On July 3, the Obama administration said that it will not enforce the mandate until 2015, though the law states it “shall” be in effect as of January 1, 2014. The CBO calculates $10 billion in lost revenue from penalties that noncompliant employers would have paid had the mandate been enforced in 2014. The CBO also estimates that only 1 million workers will lose on-the-job coverage “because few employers are likely to drop health insurance from their employees’ compensation packages for just one year.” The CBO assumes half these 1 million workers will enroll in taxpayer-subsidized plans on the exchanges, adding $3 billion to the costs of the health exchanges in 2014. The Obama administration’s decision to delay the mandate shifts these costs from employers to taxpayers.

That’s the CBO calculation. But it omits two additional, very sizable costs. One is the cost of covering the dependents of these workers who lose on-the-job coverage. On February 1, 2013, the Internal Revenue Service ruled that so long as workers are offered “affordable” on-the-job coverage for themselves, their dependents will not be eligible for subsidized coverage on the health exchanges. That ruling sparked outrage from many health advocates, because it threatened to leave millions of many spouses and children uncovered. But delaying the employer mandate means that not only will workers be eligible for subsidies but so will their dependents, adding billions more in costs that the CBO failed to include.

But there’s more. The CBO concluded reasonably that only a few large employers who currently offer coverage are likely to change course because of a one year delay in the mandate. Yet according to the Employee Benefits Research Institute (Bulletin 376), there are 6.9 million full time workers whose employers currently do not provide coverage and would have been required for the first time to provide it in 2014 under the employer mandate. Add to that figure another 3.1 million workers whose employers currently provide plans with annual and lifetime caps that will not be permitted after January 1, 2014, when waivers allowing these plans expire.

All in all, these 10 million workers will face a choice on January 1, 2014 of paying the penalty for being uninsured or enrolling on the exchange, in some cases along with dependents.

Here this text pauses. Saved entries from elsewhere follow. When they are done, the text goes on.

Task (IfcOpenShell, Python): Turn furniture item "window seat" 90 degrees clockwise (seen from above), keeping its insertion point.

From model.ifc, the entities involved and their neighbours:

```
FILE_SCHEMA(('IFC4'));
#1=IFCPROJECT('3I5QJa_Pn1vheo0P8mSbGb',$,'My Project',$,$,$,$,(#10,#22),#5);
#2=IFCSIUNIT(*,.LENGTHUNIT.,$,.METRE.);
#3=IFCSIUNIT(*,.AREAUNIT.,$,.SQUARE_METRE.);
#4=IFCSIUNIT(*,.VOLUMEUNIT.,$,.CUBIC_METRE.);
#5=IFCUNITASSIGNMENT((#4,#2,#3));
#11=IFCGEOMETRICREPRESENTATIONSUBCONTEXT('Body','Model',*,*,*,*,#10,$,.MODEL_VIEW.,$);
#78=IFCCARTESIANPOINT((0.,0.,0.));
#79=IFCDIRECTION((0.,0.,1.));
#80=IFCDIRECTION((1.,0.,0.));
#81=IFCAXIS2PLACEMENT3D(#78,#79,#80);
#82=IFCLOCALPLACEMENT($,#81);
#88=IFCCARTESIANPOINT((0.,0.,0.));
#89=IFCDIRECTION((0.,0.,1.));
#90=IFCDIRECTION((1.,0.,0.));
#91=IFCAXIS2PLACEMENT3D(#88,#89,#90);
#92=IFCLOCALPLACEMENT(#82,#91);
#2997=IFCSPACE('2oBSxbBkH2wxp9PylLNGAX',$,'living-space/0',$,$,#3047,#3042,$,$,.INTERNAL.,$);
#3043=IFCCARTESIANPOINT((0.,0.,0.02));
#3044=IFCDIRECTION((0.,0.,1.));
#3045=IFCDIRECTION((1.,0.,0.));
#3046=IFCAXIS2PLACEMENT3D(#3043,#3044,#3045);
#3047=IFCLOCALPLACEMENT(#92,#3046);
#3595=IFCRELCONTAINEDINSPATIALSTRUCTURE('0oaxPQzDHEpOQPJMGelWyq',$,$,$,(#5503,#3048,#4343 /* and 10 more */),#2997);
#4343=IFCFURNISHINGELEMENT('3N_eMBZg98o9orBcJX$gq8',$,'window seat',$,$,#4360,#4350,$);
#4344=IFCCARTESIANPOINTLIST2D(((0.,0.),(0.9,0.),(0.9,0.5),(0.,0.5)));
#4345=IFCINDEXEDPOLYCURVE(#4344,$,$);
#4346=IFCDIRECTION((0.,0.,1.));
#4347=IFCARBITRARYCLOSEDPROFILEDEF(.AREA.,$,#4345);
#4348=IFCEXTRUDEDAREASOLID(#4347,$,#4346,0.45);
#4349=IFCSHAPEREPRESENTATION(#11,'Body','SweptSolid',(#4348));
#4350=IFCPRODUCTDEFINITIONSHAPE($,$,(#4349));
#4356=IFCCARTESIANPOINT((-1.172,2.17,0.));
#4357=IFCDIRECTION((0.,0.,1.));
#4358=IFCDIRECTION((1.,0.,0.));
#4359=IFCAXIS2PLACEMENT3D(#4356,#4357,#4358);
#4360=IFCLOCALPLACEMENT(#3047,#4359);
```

```python
import ifcopenshell
import ifcopenshell.api.geometry
import ifcopenshell.util.placement

model = ifcopenshell.open("model.ifc")

item = model.by_id(4343)
matrix = ifcopenshell.util.placement.get_local_placement(item.ObjectPlacement)
matrix = matrix @ ifcopenshell.util.placement.rotation(-90, "Z")
ifcopenshell.api.geometry.edit_object_placement(model, product=item, matrix=matrix, is_si=False)

print(ifcopenshell.util.placement.get_local_placement(item.ObjectPlacement).round(3) + 0.0)

model.write("model-out.ifc")
```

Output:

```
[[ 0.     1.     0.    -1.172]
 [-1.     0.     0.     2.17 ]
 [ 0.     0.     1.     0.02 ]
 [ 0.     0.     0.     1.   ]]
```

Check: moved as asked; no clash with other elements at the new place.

It’s difficult to predict how many will choose to enroll, but the cost will be several times the CBO estimate.

The Obama administration’s decision not to implement the employer mandate on January 1, 2014 violates the law. Presidents do not have the constitutional authority to pick and choose what parts of the law will be implemented. This is not a victimless crime. It clobbers taxpayers, adding far more to the cost of Obamacare than the CBO admits.